This paper examines the sensitivity of regional climate simulations to increasing spatial resolution via nesting by means of a 20-yr simulation of the western United States at 40-km resolution and a 5-yr simulation at 13-km resolution for the Pacific Northwest and California. The regional simulation at 40-km resolution shows a lack of precipitation along coastal hills, good agreement with observations on the windward slopes of the Cascades and Sierra Nevada, but overprediction on the leeside and the basins beyond. Snowpack is grossly underpredicted throughout the western United States when compared against snowpack telemetry (snotel) observations. During winter, higher spatial resolution mainly improves the precipitation simulation in the coastal hills and basins. Along the Cascades and the Sierra Nevada range, precipitation is strongly amplified at the higher spatial resolution. Higher resolution generally improves the spatial distribution of precipitation to yield a higher spatial correlation between simulations and observations. During summer, higher resolution improves not only the spatial distribution but also the regional mean precipitation.

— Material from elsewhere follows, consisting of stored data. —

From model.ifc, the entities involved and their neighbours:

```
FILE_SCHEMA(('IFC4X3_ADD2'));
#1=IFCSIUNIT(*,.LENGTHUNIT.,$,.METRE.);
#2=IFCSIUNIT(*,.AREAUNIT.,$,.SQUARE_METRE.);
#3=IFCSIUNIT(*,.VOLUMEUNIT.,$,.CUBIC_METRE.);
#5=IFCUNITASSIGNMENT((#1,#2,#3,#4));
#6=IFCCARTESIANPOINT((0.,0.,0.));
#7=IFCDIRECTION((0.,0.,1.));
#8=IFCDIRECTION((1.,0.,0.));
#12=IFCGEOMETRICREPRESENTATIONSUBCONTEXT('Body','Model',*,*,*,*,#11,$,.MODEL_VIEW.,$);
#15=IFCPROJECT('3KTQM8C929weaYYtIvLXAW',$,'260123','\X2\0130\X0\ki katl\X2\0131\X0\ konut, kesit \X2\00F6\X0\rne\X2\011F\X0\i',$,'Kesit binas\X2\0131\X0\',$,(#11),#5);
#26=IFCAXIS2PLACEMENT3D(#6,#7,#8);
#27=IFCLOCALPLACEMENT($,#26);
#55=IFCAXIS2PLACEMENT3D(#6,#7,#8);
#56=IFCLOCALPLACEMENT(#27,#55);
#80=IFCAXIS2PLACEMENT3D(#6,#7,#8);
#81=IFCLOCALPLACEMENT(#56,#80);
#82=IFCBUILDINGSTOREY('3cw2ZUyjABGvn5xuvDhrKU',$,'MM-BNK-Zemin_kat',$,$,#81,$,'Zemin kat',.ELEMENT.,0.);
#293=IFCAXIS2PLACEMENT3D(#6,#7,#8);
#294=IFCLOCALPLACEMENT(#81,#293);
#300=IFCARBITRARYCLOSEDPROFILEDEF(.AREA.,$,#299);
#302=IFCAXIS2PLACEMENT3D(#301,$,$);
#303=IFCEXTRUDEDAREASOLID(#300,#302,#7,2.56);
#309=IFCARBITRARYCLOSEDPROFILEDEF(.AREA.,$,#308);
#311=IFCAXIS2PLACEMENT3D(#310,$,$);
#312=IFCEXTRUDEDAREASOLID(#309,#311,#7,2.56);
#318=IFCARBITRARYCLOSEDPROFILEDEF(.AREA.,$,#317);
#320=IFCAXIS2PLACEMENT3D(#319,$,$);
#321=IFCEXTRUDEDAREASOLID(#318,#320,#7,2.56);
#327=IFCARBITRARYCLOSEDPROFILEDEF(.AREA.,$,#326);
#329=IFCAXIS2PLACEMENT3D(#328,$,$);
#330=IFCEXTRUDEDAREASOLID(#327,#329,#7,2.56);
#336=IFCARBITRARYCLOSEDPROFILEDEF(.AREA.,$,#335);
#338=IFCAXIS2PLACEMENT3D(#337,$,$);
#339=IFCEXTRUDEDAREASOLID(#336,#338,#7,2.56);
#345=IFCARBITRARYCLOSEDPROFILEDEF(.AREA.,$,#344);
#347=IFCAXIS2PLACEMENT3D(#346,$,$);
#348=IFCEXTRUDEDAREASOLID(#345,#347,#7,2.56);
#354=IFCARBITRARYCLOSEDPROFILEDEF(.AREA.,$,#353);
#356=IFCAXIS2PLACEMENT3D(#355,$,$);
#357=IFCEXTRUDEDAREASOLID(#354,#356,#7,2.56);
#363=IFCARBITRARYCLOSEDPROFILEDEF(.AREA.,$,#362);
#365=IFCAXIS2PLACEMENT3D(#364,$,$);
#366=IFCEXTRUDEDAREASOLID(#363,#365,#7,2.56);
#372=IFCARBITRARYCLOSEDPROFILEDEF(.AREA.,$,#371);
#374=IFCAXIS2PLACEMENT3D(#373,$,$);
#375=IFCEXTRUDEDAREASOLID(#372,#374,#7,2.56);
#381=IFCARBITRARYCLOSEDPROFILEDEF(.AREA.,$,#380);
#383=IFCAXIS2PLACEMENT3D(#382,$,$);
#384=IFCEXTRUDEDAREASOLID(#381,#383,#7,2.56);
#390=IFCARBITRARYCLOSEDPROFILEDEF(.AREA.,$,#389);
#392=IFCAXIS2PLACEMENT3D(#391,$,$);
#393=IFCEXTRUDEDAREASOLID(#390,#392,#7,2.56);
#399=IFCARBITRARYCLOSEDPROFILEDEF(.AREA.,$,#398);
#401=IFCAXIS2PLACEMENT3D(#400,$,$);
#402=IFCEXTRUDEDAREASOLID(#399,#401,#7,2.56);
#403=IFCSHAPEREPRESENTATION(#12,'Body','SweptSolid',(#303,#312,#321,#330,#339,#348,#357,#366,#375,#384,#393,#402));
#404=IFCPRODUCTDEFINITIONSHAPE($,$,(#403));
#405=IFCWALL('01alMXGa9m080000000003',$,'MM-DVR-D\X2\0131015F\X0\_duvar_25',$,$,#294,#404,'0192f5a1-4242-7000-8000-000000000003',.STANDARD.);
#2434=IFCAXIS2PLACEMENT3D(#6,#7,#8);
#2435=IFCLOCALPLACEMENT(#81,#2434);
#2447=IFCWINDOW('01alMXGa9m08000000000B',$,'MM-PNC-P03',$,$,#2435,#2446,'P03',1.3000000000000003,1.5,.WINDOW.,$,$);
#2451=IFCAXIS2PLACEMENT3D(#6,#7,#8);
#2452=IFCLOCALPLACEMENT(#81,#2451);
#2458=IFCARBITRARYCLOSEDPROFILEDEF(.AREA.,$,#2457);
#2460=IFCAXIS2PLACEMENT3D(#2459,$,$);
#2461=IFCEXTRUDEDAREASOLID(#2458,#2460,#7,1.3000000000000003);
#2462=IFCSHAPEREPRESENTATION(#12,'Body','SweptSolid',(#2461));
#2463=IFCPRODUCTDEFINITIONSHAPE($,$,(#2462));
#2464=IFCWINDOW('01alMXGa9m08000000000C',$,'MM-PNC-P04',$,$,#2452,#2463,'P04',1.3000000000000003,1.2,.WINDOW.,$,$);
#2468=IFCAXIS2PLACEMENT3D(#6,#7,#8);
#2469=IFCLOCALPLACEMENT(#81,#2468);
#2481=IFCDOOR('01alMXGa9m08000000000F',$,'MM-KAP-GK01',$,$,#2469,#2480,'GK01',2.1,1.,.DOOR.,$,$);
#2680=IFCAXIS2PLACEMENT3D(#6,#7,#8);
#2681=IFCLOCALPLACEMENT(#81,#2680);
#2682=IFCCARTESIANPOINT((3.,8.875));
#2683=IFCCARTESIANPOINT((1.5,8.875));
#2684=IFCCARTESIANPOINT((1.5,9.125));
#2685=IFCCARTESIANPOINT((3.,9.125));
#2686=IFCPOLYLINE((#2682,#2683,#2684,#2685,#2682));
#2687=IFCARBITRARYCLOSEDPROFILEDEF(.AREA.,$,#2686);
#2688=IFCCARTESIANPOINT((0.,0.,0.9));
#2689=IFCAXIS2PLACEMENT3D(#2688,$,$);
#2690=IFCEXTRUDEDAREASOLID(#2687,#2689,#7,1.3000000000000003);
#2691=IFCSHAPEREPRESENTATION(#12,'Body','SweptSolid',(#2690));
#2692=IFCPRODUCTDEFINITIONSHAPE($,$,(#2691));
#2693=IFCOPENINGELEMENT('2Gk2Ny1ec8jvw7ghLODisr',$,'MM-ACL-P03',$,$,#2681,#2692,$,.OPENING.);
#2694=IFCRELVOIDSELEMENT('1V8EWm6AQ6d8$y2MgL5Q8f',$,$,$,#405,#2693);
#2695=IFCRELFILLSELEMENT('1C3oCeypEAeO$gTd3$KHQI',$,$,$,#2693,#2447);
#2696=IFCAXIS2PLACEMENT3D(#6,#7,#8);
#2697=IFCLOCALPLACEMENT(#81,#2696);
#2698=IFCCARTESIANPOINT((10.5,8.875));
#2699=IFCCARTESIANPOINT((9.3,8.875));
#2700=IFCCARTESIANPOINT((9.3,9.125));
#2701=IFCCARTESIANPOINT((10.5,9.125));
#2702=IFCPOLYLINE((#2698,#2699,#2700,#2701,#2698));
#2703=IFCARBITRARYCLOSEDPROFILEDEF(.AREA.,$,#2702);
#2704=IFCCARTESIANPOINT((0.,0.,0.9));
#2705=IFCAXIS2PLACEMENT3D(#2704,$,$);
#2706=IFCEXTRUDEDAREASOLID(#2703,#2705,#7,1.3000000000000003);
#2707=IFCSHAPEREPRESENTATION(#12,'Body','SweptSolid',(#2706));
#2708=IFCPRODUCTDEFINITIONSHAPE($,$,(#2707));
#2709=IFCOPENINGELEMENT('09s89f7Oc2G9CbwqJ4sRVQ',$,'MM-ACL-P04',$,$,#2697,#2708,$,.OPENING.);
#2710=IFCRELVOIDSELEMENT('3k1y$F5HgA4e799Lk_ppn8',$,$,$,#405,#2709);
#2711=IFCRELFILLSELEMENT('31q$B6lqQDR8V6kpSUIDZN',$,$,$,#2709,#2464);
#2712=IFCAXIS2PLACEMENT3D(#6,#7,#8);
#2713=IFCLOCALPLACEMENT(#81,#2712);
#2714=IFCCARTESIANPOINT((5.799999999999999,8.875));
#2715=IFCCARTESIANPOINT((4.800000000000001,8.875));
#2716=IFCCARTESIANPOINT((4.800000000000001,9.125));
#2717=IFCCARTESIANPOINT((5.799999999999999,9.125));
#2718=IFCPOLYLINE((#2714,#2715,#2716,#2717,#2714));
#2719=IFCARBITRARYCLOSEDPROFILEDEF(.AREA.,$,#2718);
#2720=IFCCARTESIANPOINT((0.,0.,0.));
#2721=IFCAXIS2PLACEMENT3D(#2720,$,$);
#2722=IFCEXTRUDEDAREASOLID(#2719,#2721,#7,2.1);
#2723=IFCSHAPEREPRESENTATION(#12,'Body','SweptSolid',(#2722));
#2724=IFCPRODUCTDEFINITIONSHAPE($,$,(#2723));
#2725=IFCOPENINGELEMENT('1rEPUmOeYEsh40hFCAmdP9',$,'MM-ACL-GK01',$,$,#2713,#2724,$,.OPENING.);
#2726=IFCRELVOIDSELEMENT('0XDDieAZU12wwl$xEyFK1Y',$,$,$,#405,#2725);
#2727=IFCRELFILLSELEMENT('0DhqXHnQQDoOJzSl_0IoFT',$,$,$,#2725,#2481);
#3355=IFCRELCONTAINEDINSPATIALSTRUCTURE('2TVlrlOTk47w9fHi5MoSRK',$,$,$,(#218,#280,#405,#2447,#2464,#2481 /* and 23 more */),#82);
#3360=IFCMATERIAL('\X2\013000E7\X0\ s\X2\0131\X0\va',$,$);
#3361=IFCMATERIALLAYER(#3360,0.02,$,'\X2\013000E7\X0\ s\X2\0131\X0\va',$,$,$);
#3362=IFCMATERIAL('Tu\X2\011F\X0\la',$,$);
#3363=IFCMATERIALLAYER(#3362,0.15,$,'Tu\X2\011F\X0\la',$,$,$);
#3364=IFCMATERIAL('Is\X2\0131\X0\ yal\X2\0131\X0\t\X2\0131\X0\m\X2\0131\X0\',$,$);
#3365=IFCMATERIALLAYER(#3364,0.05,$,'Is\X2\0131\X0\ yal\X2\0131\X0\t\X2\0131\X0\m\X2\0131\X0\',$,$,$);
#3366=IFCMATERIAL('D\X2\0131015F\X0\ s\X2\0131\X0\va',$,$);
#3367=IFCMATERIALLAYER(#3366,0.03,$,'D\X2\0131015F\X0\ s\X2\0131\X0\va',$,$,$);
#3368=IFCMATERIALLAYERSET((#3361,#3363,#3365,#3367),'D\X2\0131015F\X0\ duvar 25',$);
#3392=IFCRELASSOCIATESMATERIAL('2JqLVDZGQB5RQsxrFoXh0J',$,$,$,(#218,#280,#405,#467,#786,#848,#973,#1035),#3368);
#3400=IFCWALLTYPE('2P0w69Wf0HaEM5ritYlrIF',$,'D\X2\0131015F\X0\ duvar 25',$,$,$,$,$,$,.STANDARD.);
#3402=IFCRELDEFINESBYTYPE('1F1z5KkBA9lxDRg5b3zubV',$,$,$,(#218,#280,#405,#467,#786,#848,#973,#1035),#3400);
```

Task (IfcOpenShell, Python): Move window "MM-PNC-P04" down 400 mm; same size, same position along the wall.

```python
import numpy as np
import ifcopenshell
import ifcopenshell.api.geometry
import ifcopenshell.util.placement
import ifcopenshell.util.unit

model = ifcopenshell.open("model.ifc")
unit_scale = ifcopenshell.util.unit.calculate_unit_scale(model)

window = model.by_id(2464)
opening = window.FillsVoids[0].RelatingOpeningElement
dz = -0.4 / unit_scale

shift = np.array([0.0, 0.0, dz])
# The window is not placed relative to its opening, so move both.
for product in (opening, window):
    matrix = ifcopenshell.util.placement.get_local_placement(product.ObjectPlacement)
    matrix[:3, 3] += shift
    ifcopenshell.api.geometry.edit_object_placement(model, product=product, matrix=matrix, is_si=False)

print(f"moved by {dz * unit_scale:+.3f} m")

model.write("model_v2.ifc")
```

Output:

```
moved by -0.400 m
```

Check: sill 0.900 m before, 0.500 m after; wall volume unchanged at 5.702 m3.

In the Olympic Mountains and along the Coastal Range, increased precipitation at higher resolution reflects mainly a shift from light to heavy precipitation events. In the Cascades and Sierra Nevada, increased precipitation is mainly associated with more frequent heavy precipitation at higher resolution. Changes in precipitation from 40- to 13-km resolution depend on synoptic conditions such as wind direction and moisture transport. The use of higher spatial resolution improves snowpack more than precipitation. However, results presented in this paper suggest that accuracy in the snow simulation is also limited by factors such as deficiencies in the land surface model or biases in other model variables.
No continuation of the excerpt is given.